■ WHAT THE TASK ASKS ■
Write out the records again exactly. Nothing should be dropped.

• • • • • • •

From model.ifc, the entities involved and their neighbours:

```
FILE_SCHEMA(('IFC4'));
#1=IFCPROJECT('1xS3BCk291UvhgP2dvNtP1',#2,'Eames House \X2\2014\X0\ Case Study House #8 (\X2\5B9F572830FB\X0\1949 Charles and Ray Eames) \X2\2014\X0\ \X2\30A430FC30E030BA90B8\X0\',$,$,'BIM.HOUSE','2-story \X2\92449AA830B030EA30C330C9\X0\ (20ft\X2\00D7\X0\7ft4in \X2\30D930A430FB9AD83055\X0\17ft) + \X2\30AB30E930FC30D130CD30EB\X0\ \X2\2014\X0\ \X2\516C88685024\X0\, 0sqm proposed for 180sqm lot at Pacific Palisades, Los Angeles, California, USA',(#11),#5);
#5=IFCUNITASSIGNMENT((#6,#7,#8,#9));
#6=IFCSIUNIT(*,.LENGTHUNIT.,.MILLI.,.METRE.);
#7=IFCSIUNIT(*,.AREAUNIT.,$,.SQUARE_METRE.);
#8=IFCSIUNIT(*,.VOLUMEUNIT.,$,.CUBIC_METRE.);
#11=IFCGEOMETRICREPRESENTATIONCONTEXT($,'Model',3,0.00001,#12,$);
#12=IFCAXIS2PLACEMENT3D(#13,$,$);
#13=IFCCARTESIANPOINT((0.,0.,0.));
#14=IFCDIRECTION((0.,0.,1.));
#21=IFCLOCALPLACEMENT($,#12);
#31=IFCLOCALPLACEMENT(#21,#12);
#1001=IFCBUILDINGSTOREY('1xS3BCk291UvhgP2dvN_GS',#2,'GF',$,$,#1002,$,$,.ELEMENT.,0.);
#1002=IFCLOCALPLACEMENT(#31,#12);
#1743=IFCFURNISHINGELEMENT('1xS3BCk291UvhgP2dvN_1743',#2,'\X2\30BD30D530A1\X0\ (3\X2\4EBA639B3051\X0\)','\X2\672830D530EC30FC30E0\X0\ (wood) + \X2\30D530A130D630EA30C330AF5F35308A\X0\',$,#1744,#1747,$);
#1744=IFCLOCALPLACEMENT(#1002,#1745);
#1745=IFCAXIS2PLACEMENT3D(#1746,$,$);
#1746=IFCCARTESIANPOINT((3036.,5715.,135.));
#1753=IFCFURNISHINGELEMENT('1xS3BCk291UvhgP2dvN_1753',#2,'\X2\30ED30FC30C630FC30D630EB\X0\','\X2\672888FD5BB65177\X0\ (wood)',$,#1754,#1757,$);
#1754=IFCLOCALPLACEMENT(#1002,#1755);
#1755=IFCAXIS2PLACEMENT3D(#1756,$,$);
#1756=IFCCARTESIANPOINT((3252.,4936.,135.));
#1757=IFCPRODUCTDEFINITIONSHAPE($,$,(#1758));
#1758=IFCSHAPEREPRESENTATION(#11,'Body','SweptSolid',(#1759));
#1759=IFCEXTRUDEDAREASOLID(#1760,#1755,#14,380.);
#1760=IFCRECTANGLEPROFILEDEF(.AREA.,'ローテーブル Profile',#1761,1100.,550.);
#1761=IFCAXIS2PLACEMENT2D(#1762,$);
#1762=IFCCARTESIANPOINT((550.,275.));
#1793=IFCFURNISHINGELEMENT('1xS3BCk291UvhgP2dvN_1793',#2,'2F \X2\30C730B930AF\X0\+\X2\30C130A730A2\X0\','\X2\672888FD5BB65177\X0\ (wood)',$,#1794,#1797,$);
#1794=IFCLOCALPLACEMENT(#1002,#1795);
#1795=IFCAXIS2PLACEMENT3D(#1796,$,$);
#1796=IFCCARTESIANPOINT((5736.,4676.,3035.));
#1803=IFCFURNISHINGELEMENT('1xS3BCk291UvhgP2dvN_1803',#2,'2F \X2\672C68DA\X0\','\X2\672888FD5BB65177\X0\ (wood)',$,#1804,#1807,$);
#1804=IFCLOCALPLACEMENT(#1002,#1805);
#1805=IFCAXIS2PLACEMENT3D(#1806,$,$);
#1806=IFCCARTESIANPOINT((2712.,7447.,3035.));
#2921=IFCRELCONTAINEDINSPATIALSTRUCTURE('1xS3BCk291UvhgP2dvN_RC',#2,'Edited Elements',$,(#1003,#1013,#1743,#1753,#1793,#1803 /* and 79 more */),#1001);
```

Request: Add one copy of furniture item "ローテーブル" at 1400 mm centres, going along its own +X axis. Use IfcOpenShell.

```python
import ifcopenshell
import ifcopenshell.api.geometry
import ifcopenshell.api.root
import ifcopenshell.util.element
import ifcopenshell.util.placement
import ifcopenshell.util.unit

model = ifcopenshell.open("model.ifc")
unit_scale = ifcopenshell.util.unit.calculate_unit_scale(model)


def reuse_history(source, copy):
    """copy_class also copies each property set's owner history, people and application; keep the originals."""
    for rel in copy.IsDefinedBy:
        if rel.is_a("IfcRelDefinesByProperties") and (history := rel.RelatingPropertyDefinition.OwnerHistory):
            rel.RelatingPropertyDefinition.OwnerHistory = source.OwnerHistory
            ifcopenshell.util.element.remove_deep2(model, history)


source = model.by_guid("1xS3BCk291UvhgP2dvN_1753")
base = ifcopenshell.util.placement.get_local_placement(source.ObjectPlacement)
step = base[:3, 0] * 1.4 / unit_scale

for i in range(1, 2):
    copy = ifcopenshell.api.root.copy_class(model, product=source)
    copy.Representation = ifcopenshell.util.element.copy_deep(
        model, source.Representation, exclude=["IfcGeometricRepresentationContext", "IfcRepresentationMap"]
    )
    reuse_history(source, copy)
    matrix = base.copy()
    matrix[:3, 3] += i * step
    print("added at", matrix[:3, 3].round(3) + 0.0)
    ifcopenshell.api.geometry.edit_object_placement(model, product=copy, matrix=matrix, is_si=False)

model.write("model_v2.ifc")
```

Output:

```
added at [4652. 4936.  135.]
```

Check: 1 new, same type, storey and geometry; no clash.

• • • • • • •

■ YOUR RESPONSE ■
From model.ifc, the entities involved and their neighbours:

```
FILE_SCHEMA(('IFC4'));
#1=IFCPROJECT('1xS3BCk291UvhgP2dvNtP1',#2,'Eames House \X2\2014\X0\ Case Study House #8 (\X2\5B9F572830FB\X0\1949 Charles and Ray Eames) \X2\2014\X0\ \X2\30A430FC30E030BA90B8\X0\',$,$,'BIM.HOUSE','2-story \X2\92449AA830B030EA30C330C9\X0\ (20ft\X2\00D7\X0\7ft4in \X2\30D930A430FB9AD83055\X0\17ft) + \X2\30AB30E930FC30D130CD30EB\X0\ \X2\2014\X0\ \X2\516C88685024\X0\, 0sqm proposed for 180sqm lot at Pacific Palisades, Los Angeles, California, USA',(#11),#5);
#5=IFCUNITASSIGNMENT((#6,#7,#8,#9));
#6=IFCSIUNIT(*,.LENGTHUNIT.,.MILLI.,.METRE.);
#7=IFCSIUNIT(*,.AREAUNIT.,$,.SQUARE_METRE.);
#8=IFCSIUNIT(*,.VOLUMEUNIT.,$,.CUBIC_METRE.);
#11=IFCGEOMETRICREPRESENTATIONCONTEXT($,'Model',3,0.00001,#12,$);
#12=IFCAXIS2PLACEMENT3D(#13,$,$);
#13=IFCCARTESIANPOINT((0.,0.,0.));
#14=IFCDIRECTION((0.,0.,1.));
#21=IFCLOCALPLACEMENT($,#12);
#31=IFCLOCALPLACEMENT(#21,#12);
#1001=IFCBUILDINGSTOREY('1xS3BCk291UvhgP2dvN_GS',#2,'GF',$,$,#1002,$,$,.ELEMENT.,0.);
#1002=IFCLOCALPLACEMENT(#31,#12);
#1743=IFCFURNISHINGELEMENT('1xS3BCk291UvhgP2dvN_1743',#2,'\X2\30BD30D530A1\X0\ (3\X2\4EBA639B3051\X0\)','\X2\672830D530EC30FC30E0\X0\ (wood) + \X2\30D530A130D630EA30C330AF5F35308A\X0\',$,#1744,#1747,$);
#1744=IFCLOCALPLACEMENT(#1002,#1745);
#1745=IFCAXIS2PLACEMENT3D(#1746,$,$);
#1746=IFCCARTESIANPOINT((3036.,5715.,135.));
#1753=IFCFURNISHINGELEMENT('1xS3BCk291UvhgP2dvN_1753',#2,'\X2\30ED30FC30C630FC30D630EB\X0\','\X2\672888FD5BB65177\X0\ (wood)',$,#1754,#1757,$);
#1754=IFCLOCALPLACEMENT(#1002,#1755);
#1755=IFCAXIS2PLACEMENT3D(#1756,$,$);
#1756=IFCCARTESIANPOINT((3252.,4936.,135.));
#1757=IFCPRODUCTDEFINITIONSHAPE($,$,(#1758));
#1758=IFCSHAPEREPRESENTATION(#11,'Body','SweptSolid',(#1759));
#1759=IFCEXTRUDEDAREASOLID(#1760,#1755,#14,380.);
#1760=IFCRECTANGLEPROFILEDEF(.AREA.,'ローテーブル Profile',#1761,1100.,550.);
#1761=IFCAXIS2PLACEMENT2D(#1762,$);
#1762=IFCCARTESIANPOINT((550.,275.));
#1793=IFCFURNISHINGELEMENT('1xS3BCk291UvhgP2dvN_1793',#2,'2F \X2\30C730B930AF\X0\+\X2\30C130A730A2\X0\','\X2\672888FD5BB65177\X0\ (wood)',$,#1794,#1797,$);
#1794=IFCLOCALPLACEMENT(#1002,#1795);
#1795=IFCAXIS2PLACEMENT3D(#1796,$,$);
#1796=IFCCARTESIANPOINT((5736.,4676.,3035.));
#1803=IFCFURNISHINGELEMENT('1xS3BCk291UvhgP2dvN_1803',#2,'2F \X2\672C68DA\X0\','\X2\672888FD5BB65177\X0\ (wood)',$,#1804,#1807,$);
#1804=IFCLOCALPLACEMENT(#1002,#1805);
#1805=IFCAXIS2PLACEMENT3D(#1806,$,$);
#1806=IFCCARTESIANPOINT((2712.,7447.,3035.));
#2921=IFCRELCONTAINEDINSPATIALSTRUCTURE('1xS3BCk291UvhgP2dvN_RC',#2,'Edited Elements',$,(#1003,#1013,#1743,#1753,#1793,#1803 /* and 79 more */),#1001);
```

Request: Add one copy of furniture item "ローテーブル" at 1400 mm centres, going along its own +X axis. Use IfcOpenShell.

```python
import ifcopenshell
import ifcopenshell.api.geometry
import ifcopenshell.api.root
import ifcopenshell.util.element
import ifcopenshell.util.placement
import ifcopenshell.util.unit

model = ifcopenshell.open("model.ifc")
unit_scale = ifcopenshell.util.unit.calculate_unit_scale(model)


def reuse_history(source, copy):
    """copy_class also copies each property set's owner history, people and application; keep the originals."""
    for rel in copy.IsDefinedBy:
        if rel.is_a("IfcRelDefinesByProperties") and (history := rel.RelatingPropertyDefinition.OwnerHistory):
            rel.RelatingPropertyDefinition.OwnerHistory = source.OwnerHistory
            ifcopenshell.util.element.remove_deep2(model, history)


source = model.by_guid("1xS3BCk291UvhgP2dvN_1753")
base = ifcopenshell.util.placement.get_local_placement(source.ObjectPlacement)
step = base[:3, 0] * 1.4 / unit_scale

for i in range(1, 2):
    copy = ifcopenshell.api.root.copy_class(model, product=source)
    copy.Representation = ifcopenshell.util.element.copy_deep(
        model, source.Representation, exclude=["IfcGeometricRepresentationContext", "IfcRepresentationMap"]
    )
    reuse_history(source, copy)
    matrix = base.copy()
    matrix[:3, 3] += i * step
    print("added at", matrix[:3, 3].round(3) + 0.0)
    ifcopenshell.api.geometry.edit_object_placement(model, product=copy, matrix=matrix, is_si=False)

model.write("model_v2.ifc")
```

Output:

```
added at [4652. 4936.  135.]
```

Check: 1 new, same type, storey and geometry; no clash.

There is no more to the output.